_EXERCISE REQUIREMENTS:_
Repeat exactly the lines of the entries below from the one with "#166=IFCINDEXEDPOLYGONALFACE((1,5,6,2));" through the one with "#175=IFCLOCALPLACEMENT(#13,#17);", both ends included, and nothing else.

_SUPPLIED ENTRIES:_
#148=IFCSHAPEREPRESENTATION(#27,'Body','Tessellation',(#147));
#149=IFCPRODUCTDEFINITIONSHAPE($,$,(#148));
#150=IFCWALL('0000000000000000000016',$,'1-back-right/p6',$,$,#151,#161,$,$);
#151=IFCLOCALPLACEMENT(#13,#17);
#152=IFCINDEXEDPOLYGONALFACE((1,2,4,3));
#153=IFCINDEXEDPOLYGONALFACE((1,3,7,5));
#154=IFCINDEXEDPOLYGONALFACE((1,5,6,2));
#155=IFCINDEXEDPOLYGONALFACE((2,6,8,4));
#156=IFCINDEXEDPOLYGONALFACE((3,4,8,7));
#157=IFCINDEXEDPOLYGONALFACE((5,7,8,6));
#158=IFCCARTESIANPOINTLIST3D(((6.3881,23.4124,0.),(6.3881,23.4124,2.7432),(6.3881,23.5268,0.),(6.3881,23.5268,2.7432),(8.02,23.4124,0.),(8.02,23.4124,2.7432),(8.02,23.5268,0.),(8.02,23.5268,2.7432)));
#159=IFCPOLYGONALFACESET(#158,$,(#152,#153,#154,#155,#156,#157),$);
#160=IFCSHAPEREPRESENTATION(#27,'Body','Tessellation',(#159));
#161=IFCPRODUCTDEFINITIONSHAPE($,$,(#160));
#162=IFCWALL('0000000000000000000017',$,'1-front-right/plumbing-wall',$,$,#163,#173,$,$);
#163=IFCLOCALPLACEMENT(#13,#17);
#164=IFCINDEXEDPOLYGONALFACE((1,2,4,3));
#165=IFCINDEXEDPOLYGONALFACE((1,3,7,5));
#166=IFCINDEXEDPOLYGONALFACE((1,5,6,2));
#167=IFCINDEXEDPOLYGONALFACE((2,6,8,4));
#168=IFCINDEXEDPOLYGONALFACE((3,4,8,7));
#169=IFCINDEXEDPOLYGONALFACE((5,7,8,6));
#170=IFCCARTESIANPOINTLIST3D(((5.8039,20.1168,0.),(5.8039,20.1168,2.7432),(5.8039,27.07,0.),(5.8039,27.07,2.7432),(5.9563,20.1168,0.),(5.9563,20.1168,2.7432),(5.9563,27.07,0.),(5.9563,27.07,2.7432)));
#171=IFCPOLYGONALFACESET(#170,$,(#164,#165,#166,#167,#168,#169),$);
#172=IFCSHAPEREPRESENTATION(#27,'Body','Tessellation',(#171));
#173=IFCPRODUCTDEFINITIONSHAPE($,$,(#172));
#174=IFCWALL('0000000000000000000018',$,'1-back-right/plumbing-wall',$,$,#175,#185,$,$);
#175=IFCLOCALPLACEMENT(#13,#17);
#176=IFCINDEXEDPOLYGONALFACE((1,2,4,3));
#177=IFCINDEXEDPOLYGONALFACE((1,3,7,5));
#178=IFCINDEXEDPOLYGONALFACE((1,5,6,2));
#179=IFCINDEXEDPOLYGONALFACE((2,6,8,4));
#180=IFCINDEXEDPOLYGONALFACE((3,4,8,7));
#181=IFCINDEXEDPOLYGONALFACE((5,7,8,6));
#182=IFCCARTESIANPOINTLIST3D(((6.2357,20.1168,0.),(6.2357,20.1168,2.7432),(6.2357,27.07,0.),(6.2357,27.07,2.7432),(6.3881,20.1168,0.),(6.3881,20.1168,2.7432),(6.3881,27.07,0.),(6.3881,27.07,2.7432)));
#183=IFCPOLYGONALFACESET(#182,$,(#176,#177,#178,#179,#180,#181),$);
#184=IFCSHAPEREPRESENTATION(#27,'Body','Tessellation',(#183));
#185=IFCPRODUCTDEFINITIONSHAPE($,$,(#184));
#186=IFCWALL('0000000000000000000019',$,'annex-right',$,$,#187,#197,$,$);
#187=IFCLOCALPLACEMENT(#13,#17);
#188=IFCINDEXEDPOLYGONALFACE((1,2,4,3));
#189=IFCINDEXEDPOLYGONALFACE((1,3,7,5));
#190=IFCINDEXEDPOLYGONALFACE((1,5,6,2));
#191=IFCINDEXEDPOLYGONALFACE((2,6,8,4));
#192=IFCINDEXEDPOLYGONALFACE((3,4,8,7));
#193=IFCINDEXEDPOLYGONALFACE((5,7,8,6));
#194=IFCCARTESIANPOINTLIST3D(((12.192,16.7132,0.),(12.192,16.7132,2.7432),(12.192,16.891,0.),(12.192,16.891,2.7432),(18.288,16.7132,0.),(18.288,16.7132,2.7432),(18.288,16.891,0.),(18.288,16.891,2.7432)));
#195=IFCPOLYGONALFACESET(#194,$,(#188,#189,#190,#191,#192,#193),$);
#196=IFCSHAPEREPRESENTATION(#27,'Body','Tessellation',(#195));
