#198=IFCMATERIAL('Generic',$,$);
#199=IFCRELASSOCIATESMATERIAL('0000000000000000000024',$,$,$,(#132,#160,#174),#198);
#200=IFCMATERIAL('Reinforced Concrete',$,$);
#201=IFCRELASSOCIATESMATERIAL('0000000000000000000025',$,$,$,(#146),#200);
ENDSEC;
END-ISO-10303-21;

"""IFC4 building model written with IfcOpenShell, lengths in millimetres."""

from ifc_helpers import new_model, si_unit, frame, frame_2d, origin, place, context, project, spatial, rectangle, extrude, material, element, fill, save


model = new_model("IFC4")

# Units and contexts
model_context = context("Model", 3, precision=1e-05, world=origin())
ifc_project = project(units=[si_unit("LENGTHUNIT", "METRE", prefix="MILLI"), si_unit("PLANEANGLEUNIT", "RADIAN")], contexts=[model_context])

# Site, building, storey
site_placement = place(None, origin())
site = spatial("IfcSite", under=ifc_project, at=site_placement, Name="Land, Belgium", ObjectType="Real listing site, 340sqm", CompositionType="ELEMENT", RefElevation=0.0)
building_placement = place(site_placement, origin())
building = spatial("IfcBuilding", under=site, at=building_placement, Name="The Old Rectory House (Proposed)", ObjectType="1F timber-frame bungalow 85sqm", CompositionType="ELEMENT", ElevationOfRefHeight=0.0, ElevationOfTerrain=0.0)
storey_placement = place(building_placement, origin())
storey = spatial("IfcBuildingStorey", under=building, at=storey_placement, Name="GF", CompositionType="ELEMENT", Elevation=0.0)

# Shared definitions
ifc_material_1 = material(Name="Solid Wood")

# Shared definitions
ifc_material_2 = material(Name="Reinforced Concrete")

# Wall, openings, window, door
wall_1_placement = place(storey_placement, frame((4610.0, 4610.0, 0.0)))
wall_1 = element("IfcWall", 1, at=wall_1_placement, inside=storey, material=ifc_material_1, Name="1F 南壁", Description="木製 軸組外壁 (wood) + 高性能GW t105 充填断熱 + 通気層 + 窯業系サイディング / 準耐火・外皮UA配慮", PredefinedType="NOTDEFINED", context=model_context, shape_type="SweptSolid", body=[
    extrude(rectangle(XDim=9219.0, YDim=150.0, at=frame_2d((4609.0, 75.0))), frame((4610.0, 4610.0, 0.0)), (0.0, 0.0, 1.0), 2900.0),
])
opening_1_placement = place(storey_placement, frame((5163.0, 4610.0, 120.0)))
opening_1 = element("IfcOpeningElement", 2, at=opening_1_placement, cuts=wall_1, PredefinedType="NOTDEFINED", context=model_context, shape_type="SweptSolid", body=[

---

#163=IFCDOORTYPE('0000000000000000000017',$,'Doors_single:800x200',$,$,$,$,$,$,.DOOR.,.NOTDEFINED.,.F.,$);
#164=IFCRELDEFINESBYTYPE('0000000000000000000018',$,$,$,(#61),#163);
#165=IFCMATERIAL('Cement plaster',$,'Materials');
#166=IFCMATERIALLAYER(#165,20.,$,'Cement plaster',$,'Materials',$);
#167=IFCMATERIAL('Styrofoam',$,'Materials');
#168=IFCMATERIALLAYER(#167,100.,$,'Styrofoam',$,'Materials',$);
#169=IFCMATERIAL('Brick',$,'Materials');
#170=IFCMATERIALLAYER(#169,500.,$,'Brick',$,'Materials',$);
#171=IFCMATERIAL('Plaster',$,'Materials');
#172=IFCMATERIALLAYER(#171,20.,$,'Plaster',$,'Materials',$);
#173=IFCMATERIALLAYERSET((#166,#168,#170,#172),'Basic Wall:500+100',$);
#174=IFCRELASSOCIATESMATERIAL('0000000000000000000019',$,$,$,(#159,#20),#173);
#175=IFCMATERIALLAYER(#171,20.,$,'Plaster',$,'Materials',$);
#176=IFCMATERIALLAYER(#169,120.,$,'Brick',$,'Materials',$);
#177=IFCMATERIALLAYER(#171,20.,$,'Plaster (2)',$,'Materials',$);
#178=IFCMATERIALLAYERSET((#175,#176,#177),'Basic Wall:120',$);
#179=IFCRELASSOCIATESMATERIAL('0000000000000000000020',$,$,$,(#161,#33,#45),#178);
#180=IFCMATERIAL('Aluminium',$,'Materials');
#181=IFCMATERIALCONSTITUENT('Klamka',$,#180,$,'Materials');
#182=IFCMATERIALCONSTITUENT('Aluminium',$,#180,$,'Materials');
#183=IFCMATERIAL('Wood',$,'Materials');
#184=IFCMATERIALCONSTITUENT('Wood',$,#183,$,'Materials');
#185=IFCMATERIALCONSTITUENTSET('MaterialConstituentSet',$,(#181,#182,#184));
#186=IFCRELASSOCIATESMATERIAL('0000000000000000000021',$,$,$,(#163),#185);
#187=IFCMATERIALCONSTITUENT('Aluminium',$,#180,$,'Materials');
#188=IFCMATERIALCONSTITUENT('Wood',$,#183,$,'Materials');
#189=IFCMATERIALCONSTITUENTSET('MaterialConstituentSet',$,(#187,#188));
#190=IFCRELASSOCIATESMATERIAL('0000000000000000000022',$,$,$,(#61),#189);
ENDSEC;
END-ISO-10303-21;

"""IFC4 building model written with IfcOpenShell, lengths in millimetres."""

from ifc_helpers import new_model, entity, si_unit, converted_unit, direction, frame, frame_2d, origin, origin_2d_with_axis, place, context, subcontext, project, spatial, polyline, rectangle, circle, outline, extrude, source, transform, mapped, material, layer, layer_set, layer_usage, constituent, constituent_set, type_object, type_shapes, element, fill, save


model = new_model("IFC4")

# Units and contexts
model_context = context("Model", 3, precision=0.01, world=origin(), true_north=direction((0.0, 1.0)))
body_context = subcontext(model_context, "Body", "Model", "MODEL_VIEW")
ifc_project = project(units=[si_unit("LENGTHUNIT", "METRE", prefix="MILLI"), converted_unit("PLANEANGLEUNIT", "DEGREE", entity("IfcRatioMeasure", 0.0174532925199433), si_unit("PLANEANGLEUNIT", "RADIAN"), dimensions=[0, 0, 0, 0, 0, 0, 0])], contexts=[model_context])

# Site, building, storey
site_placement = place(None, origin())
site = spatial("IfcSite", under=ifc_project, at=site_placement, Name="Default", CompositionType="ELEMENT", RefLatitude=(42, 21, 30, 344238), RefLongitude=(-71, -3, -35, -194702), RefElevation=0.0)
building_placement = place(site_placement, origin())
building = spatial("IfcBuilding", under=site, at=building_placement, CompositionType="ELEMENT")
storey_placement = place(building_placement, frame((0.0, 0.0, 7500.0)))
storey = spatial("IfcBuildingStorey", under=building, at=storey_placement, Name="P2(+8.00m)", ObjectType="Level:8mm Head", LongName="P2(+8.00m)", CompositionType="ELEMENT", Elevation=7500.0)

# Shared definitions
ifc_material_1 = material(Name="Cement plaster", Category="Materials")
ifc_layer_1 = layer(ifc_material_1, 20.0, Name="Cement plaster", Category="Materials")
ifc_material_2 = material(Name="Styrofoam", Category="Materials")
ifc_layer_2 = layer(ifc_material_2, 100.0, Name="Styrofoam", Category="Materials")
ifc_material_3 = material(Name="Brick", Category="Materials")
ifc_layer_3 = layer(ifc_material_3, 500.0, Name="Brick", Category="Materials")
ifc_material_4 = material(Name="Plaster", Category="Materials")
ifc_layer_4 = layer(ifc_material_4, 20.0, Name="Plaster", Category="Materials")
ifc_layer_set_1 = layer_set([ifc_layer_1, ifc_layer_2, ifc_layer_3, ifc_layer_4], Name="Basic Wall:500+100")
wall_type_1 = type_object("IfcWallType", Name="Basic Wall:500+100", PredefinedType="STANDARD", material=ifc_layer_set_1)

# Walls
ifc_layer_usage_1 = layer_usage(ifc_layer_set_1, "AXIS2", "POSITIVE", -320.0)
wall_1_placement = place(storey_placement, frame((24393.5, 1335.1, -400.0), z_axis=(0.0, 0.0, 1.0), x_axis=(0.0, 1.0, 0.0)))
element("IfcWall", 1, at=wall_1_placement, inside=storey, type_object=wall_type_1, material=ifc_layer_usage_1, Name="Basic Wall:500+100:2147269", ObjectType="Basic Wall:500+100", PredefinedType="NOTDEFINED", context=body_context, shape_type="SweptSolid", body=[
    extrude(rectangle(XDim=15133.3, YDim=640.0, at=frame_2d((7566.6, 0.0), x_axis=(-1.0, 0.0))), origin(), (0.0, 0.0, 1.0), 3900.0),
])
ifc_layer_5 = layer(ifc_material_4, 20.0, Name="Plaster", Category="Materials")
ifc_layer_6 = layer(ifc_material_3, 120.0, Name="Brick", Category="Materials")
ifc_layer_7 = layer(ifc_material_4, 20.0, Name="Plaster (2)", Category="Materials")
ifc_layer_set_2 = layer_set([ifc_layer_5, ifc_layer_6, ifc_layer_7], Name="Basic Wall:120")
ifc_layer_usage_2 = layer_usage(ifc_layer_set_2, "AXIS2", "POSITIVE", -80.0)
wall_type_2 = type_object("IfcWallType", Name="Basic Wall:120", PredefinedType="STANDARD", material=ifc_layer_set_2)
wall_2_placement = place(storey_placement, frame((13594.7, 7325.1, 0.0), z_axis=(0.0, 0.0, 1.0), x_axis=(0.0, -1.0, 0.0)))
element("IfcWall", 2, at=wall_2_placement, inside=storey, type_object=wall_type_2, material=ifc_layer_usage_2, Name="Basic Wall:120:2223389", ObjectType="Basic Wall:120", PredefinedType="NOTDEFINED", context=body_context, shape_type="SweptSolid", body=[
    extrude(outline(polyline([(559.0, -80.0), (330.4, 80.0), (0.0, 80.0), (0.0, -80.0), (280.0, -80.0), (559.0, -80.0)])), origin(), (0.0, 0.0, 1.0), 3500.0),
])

_EXPECTED OUTPUT:_
#166=IFCINDEXEDPOLYGONALFACE((1,5,6,2));
#167=IFCINDEXEDPOLYGONALFACE((2,6,8,4));
#168=IFCINDEXEDPOLYGONALFACE((3,4,8,7));
#169=IFCINDEXEDPOLYGONALFACE((5,7,8,6));
#170=IFCCARTESIANPOINTLIST3D(((5.8039,20.1168,0.),(5.8039,20.1168,2.7432),(5.8039,27.07,0.),(5.8039,27.07,2.7432),(5.9563,20.1168,0.),(5.9563,20.1168,2.7432),(5.9563,27.07,0.),(5.9563,27.07,2.7432)));
#171=IFCPOLYGONALFACESET(#170,$,(#164,#165,#166,#167,#168,#169),$);
#172=IFCSHAPEREPRESENTATION(#27,'Body','Tessellation',(#171));
#173=IFCPRODUCTDEFINITIONSHAPE($,$,(#172));
#174=IFCWALL('0000000000000000000018',$,'1-back-right/plumbing-wall',$,$,#175,#185,$,$);
#175=IFCLOCALPLACEMENT(#13,#17);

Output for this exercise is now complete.